Brian "Dutch" Evans

Personal information
- Born: September 13, 1973 (age 52) Rockford, Illinois, U.S.
- Listed height: 6 ft 8 in (2.03 m)
- Listed weight: 220 lb (100 kg)

Career information
- High school: South (Terre Haute, Indiana)
- College: Indiana (1992–1996)
- NBA draft: 1996: 1st round, 27th overall pick
- Drafted by: Orlando Magic
- Playing career: 1996–2005
- Position: Power forward
- Number: 34, 11

Career history
- 1996–1998: Orlando Magic
- 1998–1999: New Jersey Nets
- 1999: Minnesota Timberwolves
- 1999–2000: Lineltex Imola
- 2000–2001: Montepaschi Siena
- 2001–2002: Viola Reggio Calabria
- 2002–2003: Bipop-Carire Reggio Emilia
- 2003–2005: Hitachi SunRockers

Career highlights
- Third-team All-American – AP, NABC, UPI (1996); Big Ten Player of the Year (1996);

Career NBA statistics
- Points: 375 (3.7 ppg)
- Rebounds: 164 (1.6 rpg)
- Stats at NBA.com
- Stats at Basketball Reference

= Brian Evans (basketball) =

American basketball player (born 1973)

Brian Keith Evans (born September 13, 1973) is an American former professional basketball player who played in the National Basketball Association (NBA) and other leagues.

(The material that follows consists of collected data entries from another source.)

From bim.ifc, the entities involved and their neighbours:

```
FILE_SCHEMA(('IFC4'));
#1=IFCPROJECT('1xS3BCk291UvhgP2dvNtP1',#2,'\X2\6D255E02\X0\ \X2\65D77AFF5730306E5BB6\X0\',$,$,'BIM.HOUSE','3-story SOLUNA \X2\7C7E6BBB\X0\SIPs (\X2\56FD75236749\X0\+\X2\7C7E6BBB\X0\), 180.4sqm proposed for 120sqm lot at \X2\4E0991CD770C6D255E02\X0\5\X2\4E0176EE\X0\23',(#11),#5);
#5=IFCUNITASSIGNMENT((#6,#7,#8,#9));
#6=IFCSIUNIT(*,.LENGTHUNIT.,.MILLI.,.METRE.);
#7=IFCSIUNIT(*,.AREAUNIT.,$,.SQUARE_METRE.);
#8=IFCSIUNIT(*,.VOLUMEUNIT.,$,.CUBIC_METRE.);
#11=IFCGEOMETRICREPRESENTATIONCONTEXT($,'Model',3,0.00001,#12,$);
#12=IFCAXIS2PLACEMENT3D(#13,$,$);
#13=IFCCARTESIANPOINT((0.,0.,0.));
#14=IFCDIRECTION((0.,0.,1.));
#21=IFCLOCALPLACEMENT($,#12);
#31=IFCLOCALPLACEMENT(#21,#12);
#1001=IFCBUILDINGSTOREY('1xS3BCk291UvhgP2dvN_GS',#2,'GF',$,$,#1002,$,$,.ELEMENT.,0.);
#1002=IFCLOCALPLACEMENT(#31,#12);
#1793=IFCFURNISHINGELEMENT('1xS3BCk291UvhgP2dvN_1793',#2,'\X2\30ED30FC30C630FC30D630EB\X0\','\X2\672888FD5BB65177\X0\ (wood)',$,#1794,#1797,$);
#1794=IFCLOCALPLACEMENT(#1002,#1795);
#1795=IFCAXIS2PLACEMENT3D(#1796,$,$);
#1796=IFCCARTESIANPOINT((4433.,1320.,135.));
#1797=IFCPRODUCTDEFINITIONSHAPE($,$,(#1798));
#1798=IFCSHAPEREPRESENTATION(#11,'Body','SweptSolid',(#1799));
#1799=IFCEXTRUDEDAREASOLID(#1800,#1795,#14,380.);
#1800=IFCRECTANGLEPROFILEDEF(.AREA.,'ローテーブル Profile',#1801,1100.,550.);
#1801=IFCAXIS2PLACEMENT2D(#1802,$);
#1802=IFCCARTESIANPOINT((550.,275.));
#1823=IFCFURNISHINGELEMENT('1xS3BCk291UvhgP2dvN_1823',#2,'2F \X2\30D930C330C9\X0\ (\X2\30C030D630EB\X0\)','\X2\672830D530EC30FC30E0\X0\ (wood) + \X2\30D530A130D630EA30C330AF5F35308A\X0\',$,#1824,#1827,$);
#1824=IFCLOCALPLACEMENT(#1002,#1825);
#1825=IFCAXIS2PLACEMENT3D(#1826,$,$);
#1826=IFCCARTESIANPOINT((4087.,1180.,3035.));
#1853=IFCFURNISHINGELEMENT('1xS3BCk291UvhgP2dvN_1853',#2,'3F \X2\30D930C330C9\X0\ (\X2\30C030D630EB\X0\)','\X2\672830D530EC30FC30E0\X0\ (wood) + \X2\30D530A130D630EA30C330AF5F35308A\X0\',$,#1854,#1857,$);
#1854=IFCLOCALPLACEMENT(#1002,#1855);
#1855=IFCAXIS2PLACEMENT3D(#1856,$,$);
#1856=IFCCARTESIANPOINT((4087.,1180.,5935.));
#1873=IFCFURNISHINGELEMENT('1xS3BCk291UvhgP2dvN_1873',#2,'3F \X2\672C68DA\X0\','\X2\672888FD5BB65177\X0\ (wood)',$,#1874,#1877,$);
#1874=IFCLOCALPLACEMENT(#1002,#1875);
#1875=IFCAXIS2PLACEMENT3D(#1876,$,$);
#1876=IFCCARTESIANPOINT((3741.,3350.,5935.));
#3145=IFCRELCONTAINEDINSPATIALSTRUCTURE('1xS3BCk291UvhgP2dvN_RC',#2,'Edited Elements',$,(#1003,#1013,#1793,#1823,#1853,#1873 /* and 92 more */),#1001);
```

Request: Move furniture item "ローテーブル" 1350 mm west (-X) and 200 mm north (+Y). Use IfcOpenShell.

```python
import ifcopenshell
import ifcopenshell.api.geometry
import ifcopenshell.util.placement
import ifcopenshell.util.unit

model = ifcopenshell.open("bim.ifc")
unit_scale = ifcopenshell.util.unit.calculate_unit_scale(model)

item = model.by_guid("1xS3BCk291UvhgP2dvN_1793")
matrix = ifcopenshell.util.placement.get_local_placement(item.ObjectPlacement)
matrix[0, 3] -= 1.35 / unit_scale
matrix[1, 3] += 0.2 / unit_scale
ifcopenshell.api.geometry.edit_object_placement(model, product=item, matrix=matrix, is_si=False)

print(ifcopenshell.util.placement.get_local_placement(item.ObjectPlacement).round(3) + 0.0)

model.write("bim_updated.ifc")
```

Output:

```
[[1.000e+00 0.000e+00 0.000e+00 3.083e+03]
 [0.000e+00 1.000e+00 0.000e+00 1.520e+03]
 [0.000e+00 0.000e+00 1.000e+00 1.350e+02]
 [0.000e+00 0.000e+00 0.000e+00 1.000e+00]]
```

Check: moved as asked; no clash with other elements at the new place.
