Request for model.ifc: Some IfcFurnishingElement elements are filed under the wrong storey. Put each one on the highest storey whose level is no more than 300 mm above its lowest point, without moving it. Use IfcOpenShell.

First a look at what the model holds.

```python
import ifcopenshell
import ifcopenshell.util.element
import ifcopenshell.util.placement

model = ifcopenshell.open("model.ifc")
print(model.schema)
for storey in model.by_type("IfcBuildingStorey"):
    level = ifcopenshell.util.placement.get_storey_elevation(storey)
    count = sum(e.is_a("IfcFurnishingElement") for e in ifcopenshell.util.element.get_contained(storey))
    print(storey.id(), storey.Name, round(level, 3), count, sep=" | ")
```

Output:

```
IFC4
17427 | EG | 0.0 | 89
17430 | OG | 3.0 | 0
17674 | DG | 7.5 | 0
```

```python
import ifcopenshell
import ifcopenshell.api.spatial
import ifcopenshell.geom
import ifcopenshell.util.element
import ifcopenshell.util.placement
import ifcopenshell.util.shape
import ifcopenshell.util.unit

model = ifcopenshell.open("model.ifc")
unit_scale = ifcopenshell.util.unit.calculate_unit_scale(model)
settings = ifcopenshell.geom.settings()

levels = sorted(
    ((ifcopenshell.util.placement.get_storey_elevation(s) * unit_scale, s) for s in model.by_type("IfcBuildingStorey")),
    key=lambda pair: pair[0],
)

for e in model.by_type("IfcFurnishingElement"):
    current = e.ContainedInStructure[0].RelatingStructure if e.ContainedInStructure else None
    if current is None or not current.is_a("IfcBuildingStorey"):
        continue
    shape = ifcopenshell.geom.create_shape(settings, e)
    bottom = ifcopenshell.util.shape.get_shape_bottom_elevation(shape, shape.geometry)
    below = [s for level, s in levels if level <= bottom + 0.3]
    storey = below[-1] if below else levels[0][1]
    if storey != current:
        # assign_container keeps the world position.
        ifcopenshell.api.spatial.assign_container(model, products=[e], relating_structure=storey)
        print(e.id(), current.Name, "->", storey.Name)

model.write("model_rev.ifc")
```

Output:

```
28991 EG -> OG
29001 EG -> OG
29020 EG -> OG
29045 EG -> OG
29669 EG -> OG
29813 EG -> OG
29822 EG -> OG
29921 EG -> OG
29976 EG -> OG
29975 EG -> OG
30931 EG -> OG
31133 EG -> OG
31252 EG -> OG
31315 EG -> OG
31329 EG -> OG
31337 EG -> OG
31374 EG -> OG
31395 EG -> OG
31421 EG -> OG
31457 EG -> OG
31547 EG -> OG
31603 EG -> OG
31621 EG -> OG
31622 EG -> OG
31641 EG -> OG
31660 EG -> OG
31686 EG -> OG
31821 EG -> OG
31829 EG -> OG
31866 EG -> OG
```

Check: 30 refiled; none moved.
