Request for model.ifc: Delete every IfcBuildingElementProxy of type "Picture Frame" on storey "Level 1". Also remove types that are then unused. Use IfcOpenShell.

First a look at what the model holds.

```python
import ifcopenshell
import ifcopenshell.util.element

model = ifcopenshell.open("model.ifc")
print(model.schema)
storey = next(s for s in model.by_type("IfcBuildingStorey") if s.Name == "Level 1")
proxies = [e for e in ifcopenshell.util.element.get_decomposition(storey) if e.is_a("IfcBuildingElementProxy")]
seen = {}
for e in proxies:
    element_type = ifcopenshell.util.element.get_type(e)
    name = element_type.Name if element_type not in (None, e) else None
    seen[name] = seen.get(name, 0) + 1
for name, count in sorted(seen.items(), key=str):
    print(count, "x", name)
```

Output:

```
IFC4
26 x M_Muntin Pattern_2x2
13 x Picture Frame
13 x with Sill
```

```python
import ifcopenshell
import ifcopenshell.api.root
import ifcopenshell.util.element

model = ifcopenshell.open("model.ifc")

storey = next(s for s in model.by_type("IfcBuildingStorey") if s.Name == "Level 1")
proxies = [e for e in ifcopenshell.util.element.get_decomposition(storey) if e.is_a("IfcBuildingElementProxy")]
targets = [e for e in proxies if (t := ifcopenshell.util.element.get_type(e)) not in (None, e) and t.Name == "Picture Frame"]
types = {ifcopenshell.util.element.get_type(e) for e in targets} - {None, *targets}

for e in targets:
    ifcopenshell.api.root.remove_product(model, product=e)
print(len(targets), "removed")

unused = [t for t in types if not ifcopenshell.util.element.get_types(t)]
for t in unused:
    ifcopenshell.api.root.remove_product(model, product=t)
print(len(unused), "unused types removed")

model.write("model_updated.ifc")
```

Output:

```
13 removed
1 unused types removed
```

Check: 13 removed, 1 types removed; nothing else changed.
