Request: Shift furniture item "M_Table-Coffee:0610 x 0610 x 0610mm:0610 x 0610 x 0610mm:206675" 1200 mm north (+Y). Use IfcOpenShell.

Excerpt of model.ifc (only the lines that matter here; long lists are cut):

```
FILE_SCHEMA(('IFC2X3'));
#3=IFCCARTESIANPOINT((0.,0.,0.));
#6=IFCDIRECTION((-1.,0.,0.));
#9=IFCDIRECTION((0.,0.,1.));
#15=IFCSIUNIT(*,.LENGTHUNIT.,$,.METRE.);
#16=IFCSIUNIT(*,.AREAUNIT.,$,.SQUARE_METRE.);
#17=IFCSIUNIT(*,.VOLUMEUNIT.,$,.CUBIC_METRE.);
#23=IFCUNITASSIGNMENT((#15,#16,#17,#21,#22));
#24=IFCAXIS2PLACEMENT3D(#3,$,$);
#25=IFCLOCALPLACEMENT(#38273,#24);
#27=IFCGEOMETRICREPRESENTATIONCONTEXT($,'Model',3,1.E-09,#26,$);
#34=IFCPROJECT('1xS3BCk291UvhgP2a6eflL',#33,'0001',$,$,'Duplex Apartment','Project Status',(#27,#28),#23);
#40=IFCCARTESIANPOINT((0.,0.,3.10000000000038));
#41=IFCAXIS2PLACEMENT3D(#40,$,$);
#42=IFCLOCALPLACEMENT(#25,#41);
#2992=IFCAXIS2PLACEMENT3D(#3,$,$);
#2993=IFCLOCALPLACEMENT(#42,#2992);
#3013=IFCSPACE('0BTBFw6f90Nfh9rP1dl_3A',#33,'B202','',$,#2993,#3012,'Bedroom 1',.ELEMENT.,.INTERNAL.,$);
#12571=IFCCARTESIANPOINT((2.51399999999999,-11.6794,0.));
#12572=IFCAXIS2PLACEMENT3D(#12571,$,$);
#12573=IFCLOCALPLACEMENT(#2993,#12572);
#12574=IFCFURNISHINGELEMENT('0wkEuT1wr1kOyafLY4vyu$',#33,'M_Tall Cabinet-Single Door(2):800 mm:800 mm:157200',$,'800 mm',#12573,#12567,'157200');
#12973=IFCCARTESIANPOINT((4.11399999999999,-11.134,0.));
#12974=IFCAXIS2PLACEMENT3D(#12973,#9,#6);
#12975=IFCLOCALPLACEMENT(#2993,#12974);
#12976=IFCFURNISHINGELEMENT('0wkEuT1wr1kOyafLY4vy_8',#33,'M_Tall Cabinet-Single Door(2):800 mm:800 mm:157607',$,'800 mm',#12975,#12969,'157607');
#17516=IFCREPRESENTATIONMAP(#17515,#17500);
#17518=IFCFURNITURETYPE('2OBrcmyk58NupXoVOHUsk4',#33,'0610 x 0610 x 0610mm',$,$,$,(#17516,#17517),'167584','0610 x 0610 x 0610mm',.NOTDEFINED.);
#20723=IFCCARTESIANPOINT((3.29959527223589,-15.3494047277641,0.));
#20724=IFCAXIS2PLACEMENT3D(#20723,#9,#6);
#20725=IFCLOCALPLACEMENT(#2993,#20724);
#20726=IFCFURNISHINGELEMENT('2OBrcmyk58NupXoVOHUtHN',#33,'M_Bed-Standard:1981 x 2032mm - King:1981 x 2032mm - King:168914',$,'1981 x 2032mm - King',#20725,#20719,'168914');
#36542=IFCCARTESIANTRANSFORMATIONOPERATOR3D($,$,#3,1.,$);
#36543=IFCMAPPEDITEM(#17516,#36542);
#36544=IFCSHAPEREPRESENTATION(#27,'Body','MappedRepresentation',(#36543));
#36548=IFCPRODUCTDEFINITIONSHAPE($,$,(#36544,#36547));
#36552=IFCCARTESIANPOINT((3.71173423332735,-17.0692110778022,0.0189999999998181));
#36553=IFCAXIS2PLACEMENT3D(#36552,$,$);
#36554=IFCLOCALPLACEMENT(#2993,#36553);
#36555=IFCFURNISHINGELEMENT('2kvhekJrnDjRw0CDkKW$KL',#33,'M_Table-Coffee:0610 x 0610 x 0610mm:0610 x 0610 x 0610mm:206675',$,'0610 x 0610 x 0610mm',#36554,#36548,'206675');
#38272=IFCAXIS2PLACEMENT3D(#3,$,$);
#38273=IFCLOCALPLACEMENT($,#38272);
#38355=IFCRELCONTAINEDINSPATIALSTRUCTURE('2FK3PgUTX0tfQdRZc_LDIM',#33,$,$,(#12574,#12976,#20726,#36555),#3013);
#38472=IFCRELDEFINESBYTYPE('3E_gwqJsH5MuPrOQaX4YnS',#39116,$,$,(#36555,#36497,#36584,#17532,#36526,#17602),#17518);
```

```python
import ifcopenshell
import ifcopenshell.api.geometry
import ifcopenshell.util.placement
import ifcopenshell.util.unit

model = ifcopenshell.open("model.ifc")
unit_scale = ifcopenshell.util.unit.calculate_unit_scale(model)

item = model.by_id(36555)
matrix = ifcopenshell.util.placement.get_local_placement(item.ObjectPlacement)
matrix[1, 3] += 1.2 / unit_scale
ifcopenshell.api.geometry.edit_object_placement(model, product=item, matrix=matrix, is_si=False)

print(ifcopenshell.util.placement.get_local_placement(item.ObjectPlacement).round(3) + 0.0)

model.write("model_edited.ifc")
```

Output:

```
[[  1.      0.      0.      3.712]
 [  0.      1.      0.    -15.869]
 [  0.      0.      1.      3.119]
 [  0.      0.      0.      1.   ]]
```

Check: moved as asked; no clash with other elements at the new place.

A 6'8" and 220 lb forward, he played high school basketball at Terre Haute, Indiana South. Evans attended Indiana University from 1991-96, and played for the Hoosiers from 1992-96. Evans was named Big Ten MVP in 1996. He was selected with the 27th overall pick in the 1996 NBA draft by the Orlando Magic.

He played professionally in Italy for Lineltex Imola (1999–2000), Montepaschi Siena (2000–2001) and Viola Reggio Calabria (2001–2002).

As of February 2016, he was the co-owner of Precision Medical Group, an Indianapolis-based company that sells medical products.